I came across this problem before and had one wacky idea. You could store a field in each record that is concatenated string of it's direct ancestors' ids all the way back to the root.
Imagine you had records like this (indentation implies heirarchy and the numbers are id, ancestors.
1, "1"
2, "2,1"
5, "5,2,1"
6, "6,2,1"
7, "7,6,2,1"
11, "11,6,2,1"
3, "3,1"
8, "8,3,1"
9, "9,3,1"
10, "10,3,1"
Then to select the descendents of id:6, just do this
SELECT FROM table WHERE ancestors LIKE "%6,2,1"
Keeping the ancestors column up to date might be more trouble than it's worth to you, but it's feasible solution in any DB.
Celko's technique (nested sets) is pretty good. I also have used an adjacency table with fields "ancestor" and "descendant" and "distance" (e.g. direct children/parents have a distance of 1, grandchildren/grandparents have a distance of 2, etc).
This needs to be maintained, but is fairly easy to do for inserts: you use a transaction, then put the direct link (parent, child, distance=1) into the table, then INSERT IGNORE a SELECTion of existing parent&children by adding distances (I can pull up the SQL when I have a chance), which wants an index on each of the 3 fields for performance. Where this approach gets ugly is for deletions... you basically have to mark all the items that have been affected and then rebuild them. But an advantage of this is that it can handle arbitrary acyclic graphs, whereas the nested set model can only do straight hierarchies (e.g. each item except the root has one and only one parent).
SQL isn't a Turing Complete language, which means you're not going to be able to perform this sort of looping. You can do some very clever things with SQL and tree structures, but I can't think of a way to describe a row which has a certain id "in its hierarchy" for a hierarchy of arbitrary depth.
Your best bet is something along the lines of what #Dan suggested, which is to just work your way through the tree in some other, more capable language. You can actually generate a query string in a general-purpose language using a loop, where the query is just some convoluted series of joins (or sub-queries) which reflects the depth of the hierarchy you are looking for. That would be more efficient than looping and multiple queries.
This can definitely be done and it isn't that complicated for SQL. I've answered this question and provided a working example using mysql procedural code here:
MySQL: How to find leaves in specific node
Booth: If you are satisfied, you should mark one of the answers as accepted.
I used the "With Emulator" routine described in https://stackoverflow.com/questions/27013093/recursive-query-emulation-in-mysql (provided by https://stackoverflow.com/users/1726419/yossico). So far, I've gotten very good results (performance wise), but I don't have an abundance of data or a large number of descendents to search through/for.

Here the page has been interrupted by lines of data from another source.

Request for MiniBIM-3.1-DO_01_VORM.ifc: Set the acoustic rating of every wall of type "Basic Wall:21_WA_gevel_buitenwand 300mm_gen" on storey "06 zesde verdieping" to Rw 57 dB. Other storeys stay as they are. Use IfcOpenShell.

First a look at what the model holds.

```python
import ifcopenshell
import ifcopenshell.util.element

model = ifcopenshell.open("MiniBIM-3.1-DO_01_VORM.ifc")
print(model.schema)
storey = next(s for s in model.by_type("IfcBuildingStorey") if s.Name == "06 zesde verdieping")
walls = [e for e in ifcopenshell.util.element.get_decomposition(storey) if e.is_a("IfcWall")]
seen = {}
for e in walls:
    element_type = ifcopenshell.util.element.get_type(e)
    key = (element_type.Name if element_type != e and element_type else None, ifcopenshell.util.element.get_pset(e, "Pset_WallCommon", "AcousticRating"))
    seen[key] = seen.get(key, 0) + 1
for (name, value), count in sorted(seen.items(), key=str):
    print(count, "x", name, "|", value)
```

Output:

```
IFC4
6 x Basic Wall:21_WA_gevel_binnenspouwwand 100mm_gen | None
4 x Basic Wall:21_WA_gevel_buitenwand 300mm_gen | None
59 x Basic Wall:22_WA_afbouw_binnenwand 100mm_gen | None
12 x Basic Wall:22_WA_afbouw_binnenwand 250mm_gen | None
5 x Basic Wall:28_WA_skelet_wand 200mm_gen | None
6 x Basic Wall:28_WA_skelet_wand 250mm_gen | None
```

```python
import ifcopenshell
import ifcopenshell.api.pset
import ifcopenshell.util.element

model = ifcopenshell.open("MiniBIM-3.1-DO_01_VORM.ifc")

storey = next(s for s in model.by_type("IfcBuildingStorey") if s.Name == "06 zesde verdieping")
walls = [e for e in ifcopenshell.util.element.get_decomposition(storey) if e.is_a("IfcWall")]

count = 0
for e in walls:
    element_type = ifcopenshell.util.element.get_type(e)
    if element_type in (None, e) or element_type.Name != "Basic Wall:21_WA_gevel_buitenwand 300mm_gen":
        continue
    # add_pset returns the element's existing set when there is one.
    pset = ifcopenshell.api.pset.add_pset(model, product=e, name="Pset_WallCommon")
    ifcopenshell.api.pset.edit_pset(model, pset=pset, properties={"AcousticRating": "Rw 57 dB"})
    count += 1

print(count, "walls updated")

model.write("MiniBIM-3.1-DO_01_VORM_v2.ifc")
```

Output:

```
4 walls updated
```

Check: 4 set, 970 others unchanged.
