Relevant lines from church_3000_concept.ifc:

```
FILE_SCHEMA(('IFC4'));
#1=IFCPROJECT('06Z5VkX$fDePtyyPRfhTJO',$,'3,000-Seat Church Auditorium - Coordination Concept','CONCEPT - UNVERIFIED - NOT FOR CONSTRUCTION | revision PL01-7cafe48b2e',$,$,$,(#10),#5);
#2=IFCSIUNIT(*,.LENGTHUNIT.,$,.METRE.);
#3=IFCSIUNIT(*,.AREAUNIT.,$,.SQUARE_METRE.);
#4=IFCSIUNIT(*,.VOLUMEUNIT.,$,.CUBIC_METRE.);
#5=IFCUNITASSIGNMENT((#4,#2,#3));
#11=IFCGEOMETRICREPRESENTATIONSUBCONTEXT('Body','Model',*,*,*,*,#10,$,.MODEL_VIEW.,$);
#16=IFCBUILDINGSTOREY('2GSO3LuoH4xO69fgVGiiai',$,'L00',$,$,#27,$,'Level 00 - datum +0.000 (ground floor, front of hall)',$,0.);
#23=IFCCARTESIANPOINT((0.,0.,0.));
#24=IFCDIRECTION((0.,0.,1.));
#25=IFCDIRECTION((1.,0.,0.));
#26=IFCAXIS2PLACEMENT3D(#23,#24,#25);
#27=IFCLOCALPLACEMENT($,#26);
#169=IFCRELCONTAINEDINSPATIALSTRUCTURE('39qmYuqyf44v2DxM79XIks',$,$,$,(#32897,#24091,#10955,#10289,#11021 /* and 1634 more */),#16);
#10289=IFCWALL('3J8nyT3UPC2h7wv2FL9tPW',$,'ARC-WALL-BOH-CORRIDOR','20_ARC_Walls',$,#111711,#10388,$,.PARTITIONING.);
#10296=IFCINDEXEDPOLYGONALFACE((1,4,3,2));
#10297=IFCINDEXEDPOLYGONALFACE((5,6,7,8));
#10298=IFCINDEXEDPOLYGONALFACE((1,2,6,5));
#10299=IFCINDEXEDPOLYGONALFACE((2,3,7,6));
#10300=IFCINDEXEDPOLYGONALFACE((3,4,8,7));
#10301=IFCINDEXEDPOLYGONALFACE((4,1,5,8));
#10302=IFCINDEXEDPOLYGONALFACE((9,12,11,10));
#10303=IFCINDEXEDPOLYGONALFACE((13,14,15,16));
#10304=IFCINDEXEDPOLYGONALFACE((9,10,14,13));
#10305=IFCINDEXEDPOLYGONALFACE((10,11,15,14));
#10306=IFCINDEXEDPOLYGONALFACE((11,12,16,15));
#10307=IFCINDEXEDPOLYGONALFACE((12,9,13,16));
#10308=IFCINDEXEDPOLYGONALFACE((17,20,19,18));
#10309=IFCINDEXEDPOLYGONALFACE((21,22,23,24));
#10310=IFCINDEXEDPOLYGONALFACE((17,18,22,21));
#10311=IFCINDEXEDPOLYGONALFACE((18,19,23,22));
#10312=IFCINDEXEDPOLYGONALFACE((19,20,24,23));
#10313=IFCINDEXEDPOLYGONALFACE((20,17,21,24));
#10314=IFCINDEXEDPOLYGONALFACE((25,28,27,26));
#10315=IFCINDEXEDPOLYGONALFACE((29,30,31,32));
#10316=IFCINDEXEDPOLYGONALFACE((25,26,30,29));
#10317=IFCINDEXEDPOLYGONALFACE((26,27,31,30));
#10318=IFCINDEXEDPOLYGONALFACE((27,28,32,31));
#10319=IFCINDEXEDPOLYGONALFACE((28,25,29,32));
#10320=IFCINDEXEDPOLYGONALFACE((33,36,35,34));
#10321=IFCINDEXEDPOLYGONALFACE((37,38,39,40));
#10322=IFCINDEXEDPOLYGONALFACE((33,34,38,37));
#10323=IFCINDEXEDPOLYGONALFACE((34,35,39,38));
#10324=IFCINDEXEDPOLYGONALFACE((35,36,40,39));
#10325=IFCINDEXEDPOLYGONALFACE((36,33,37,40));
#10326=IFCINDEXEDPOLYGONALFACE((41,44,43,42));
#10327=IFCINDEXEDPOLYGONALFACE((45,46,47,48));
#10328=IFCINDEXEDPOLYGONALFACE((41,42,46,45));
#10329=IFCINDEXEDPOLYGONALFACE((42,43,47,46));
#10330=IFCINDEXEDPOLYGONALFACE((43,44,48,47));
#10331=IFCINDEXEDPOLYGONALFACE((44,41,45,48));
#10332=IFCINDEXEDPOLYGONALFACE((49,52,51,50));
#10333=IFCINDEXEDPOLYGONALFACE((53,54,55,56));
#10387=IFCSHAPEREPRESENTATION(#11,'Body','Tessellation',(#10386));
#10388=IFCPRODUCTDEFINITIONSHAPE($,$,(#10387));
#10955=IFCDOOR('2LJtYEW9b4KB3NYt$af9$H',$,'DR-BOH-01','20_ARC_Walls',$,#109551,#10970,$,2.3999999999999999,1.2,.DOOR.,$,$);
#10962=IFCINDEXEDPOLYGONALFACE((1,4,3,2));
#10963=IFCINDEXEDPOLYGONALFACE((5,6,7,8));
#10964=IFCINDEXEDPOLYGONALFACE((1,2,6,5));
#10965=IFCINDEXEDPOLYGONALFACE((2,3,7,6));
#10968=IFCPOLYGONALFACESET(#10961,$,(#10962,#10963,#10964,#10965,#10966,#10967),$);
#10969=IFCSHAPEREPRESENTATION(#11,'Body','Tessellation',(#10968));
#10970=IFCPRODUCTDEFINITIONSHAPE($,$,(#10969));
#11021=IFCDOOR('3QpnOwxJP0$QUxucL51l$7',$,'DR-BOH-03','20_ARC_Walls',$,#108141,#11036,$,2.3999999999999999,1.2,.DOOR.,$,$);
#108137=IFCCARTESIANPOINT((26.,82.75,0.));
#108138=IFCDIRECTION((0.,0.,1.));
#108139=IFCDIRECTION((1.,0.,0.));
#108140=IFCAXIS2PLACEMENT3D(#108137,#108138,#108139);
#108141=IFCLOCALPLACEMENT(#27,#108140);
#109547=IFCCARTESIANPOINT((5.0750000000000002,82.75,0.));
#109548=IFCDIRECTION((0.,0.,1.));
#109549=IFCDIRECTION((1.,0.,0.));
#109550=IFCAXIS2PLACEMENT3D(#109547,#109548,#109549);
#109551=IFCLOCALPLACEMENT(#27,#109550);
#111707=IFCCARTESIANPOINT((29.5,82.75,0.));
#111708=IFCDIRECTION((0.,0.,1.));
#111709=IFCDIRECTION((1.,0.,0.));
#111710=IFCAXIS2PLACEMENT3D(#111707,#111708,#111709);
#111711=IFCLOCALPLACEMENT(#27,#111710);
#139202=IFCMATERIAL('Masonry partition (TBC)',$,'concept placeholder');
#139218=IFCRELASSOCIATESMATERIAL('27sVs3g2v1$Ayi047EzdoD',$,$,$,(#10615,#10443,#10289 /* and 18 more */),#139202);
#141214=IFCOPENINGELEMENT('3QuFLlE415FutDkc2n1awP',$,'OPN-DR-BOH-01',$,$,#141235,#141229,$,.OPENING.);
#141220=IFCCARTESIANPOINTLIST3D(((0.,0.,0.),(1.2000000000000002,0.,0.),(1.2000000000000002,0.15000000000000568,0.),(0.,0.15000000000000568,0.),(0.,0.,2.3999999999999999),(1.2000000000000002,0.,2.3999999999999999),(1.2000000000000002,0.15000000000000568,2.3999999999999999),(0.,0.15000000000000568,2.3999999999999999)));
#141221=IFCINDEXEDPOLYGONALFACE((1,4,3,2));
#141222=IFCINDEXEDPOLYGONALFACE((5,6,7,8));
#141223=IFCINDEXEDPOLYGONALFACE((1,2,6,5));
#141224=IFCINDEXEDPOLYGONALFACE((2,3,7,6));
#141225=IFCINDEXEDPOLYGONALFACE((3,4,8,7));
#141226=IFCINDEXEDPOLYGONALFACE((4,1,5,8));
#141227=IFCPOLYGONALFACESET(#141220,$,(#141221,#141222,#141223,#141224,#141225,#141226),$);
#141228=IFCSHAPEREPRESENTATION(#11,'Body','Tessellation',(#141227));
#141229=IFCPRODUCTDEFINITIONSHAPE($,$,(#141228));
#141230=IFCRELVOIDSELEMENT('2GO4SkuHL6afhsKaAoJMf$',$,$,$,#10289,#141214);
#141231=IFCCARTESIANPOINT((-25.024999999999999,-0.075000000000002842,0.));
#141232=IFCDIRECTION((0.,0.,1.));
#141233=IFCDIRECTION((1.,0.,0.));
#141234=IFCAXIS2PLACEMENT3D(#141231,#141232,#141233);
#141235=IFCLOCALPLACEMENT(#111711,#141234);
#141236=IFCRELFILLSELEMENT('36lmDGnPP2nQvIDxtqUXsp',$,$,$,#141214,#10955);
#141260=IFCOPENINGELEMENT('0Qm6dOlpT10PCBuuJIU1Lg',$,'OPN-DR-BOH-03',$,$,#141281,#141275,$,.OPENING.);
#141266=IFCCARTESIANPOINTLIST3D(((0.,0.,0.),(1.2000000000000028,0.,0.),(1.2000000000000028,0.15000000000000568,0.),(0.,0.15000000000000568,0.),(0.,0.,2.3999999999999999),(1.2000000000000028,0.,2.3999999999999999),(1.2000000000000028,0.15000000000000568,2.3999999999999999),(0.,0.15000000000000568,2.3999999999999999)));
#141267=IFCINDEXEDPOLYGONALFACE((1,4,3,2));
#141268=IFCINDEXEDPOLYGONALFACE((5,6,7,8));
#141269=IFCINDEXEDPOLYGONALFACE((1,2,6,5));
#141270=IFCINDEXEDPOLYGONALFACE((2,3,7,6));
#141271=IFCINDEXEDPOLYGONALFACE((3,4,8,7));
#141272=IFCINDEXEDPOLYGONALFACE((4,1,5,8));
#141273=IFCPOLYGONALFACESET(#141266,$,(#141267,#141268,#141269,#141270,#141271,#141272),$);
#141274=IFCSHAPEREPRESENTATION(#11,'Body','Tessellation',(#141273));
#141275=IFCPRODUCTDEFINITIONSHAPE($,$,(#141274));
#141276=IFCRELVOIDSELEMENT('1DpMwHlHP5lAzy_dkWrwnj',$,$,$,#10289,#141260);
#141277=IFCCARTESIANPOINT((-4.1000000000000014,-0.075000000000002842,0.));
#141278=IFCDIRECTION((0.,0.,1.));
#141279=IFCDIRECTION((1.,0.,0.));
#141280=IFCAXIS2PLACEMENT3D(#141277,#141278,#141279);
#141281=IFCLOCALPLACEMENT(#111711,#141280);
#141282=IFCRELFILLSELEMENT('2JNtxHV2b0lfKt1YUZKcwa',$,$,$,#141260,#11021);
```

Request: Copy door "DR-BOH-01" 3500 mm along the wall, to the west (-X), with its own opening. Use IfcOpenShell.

```python
import ifcopenshell
import ifcopenshell.api.feature
import ifcopenshell.api.geometry
import ifcopenshell.api.root
import ifcopenshell.geom
import ifcopenshell.util.element
import ifcopenshell.util.placement
import ifcopenshell.util.shape

model = ifcopenshell.open("church_3000_concept.ifc")
settings = ifcopenshell.geom.settings()


def volume(element):
    """Net volume in cubic metres, openings subtracted."""
    shape = ifcopenshell.geom.create_shape(settings, element)
    return ifcopenshell.util.shape.get_volume(shape.geometry)


door = model.by_guid("2LJtYEW9b4KB3NYt$af9$H")
opening = door.FillsVoids[0].RelatingOpeningElement
wall = opening.VoidsElements[0].RelatingBuildingElement
before = volume(wall)
shift = ifcopenshell.util.placement.get_local_placement(wall.ObjectPlacement)[:3, 0] * -3.5

# copy_class copies the void relationship, type, container and properties, but no geometry.
new_opening = ifcopenshell.api.root.copy_class(model, product=opening)
new_opening.Representation = ifcopenshell.util.element.copy_deep(
    model, opening.Representation, exclude=["IfcGeometricRepresentationContext", "IfcRepresentationMap"]
)
new_door = ifcopenshell.api.root.copy_class(model, product=door)
new_door.Representation = ifcopenshell.util.element.copy_deep(
    model, door.Representation, exclude=["IfcGeometricRepresentationContext", "IfcRepresentationMap"]
)
ifcopenshell.api.feature.add_filling(model, opening=new_opening, element=new_door)

for old, new in ((opening, new_opening), (door, new_door)):
    matrix = ifcopenshell.util.placement.get_local_placement(old.ObjectPlacement)
    matrix[:3, 3] += shift
    ifcopenshell.api.geometry.edit_object_placement(model, product=new, matrix=matrix, is_si=False)

after = volume(wall)

print(f"wall volume {before:.3f} -> {after:.3f} m3")

model.write("church_3000_concept_v2.ifc")
```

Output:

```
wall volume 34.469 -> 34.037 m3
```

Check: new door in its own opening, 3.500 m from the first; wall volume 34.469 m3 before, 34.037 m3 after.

You're almost definitely going to want to employ some recursion for that. And if you're doing that, then it would be trivial (in fact easier) to get the entire tree rather than bits of it to a fixed depth.
In really rough pseudo-code you'll want something along these lines:
getChildren(parent){
children = query(SELECT * FROM table WHERE parent_id = parent.id)
return children
}
printTree(root){
print root
children = getChildren(root)
for child in children {
printTree(child)
}
}
Although in practice you'd rarely want to do something like this. It will be rather inefficient since it's making one request for every row in the table, so it'll only be sensible for either small tables, or trees that aren't nested too deeply. To be honest, in either case you probably want to limit the depth.
However, given the popularity of these kinds of data structure, there may very well be some MySQL stuff to help you with this, specifically to cut down on the numbers of queries you need to make.
Edit: Having thought about it, it makes very little sense to make all these queries. If you're reading the entire table anyway, then you can just slurp the whole thing into RAM - assuming it's small enough!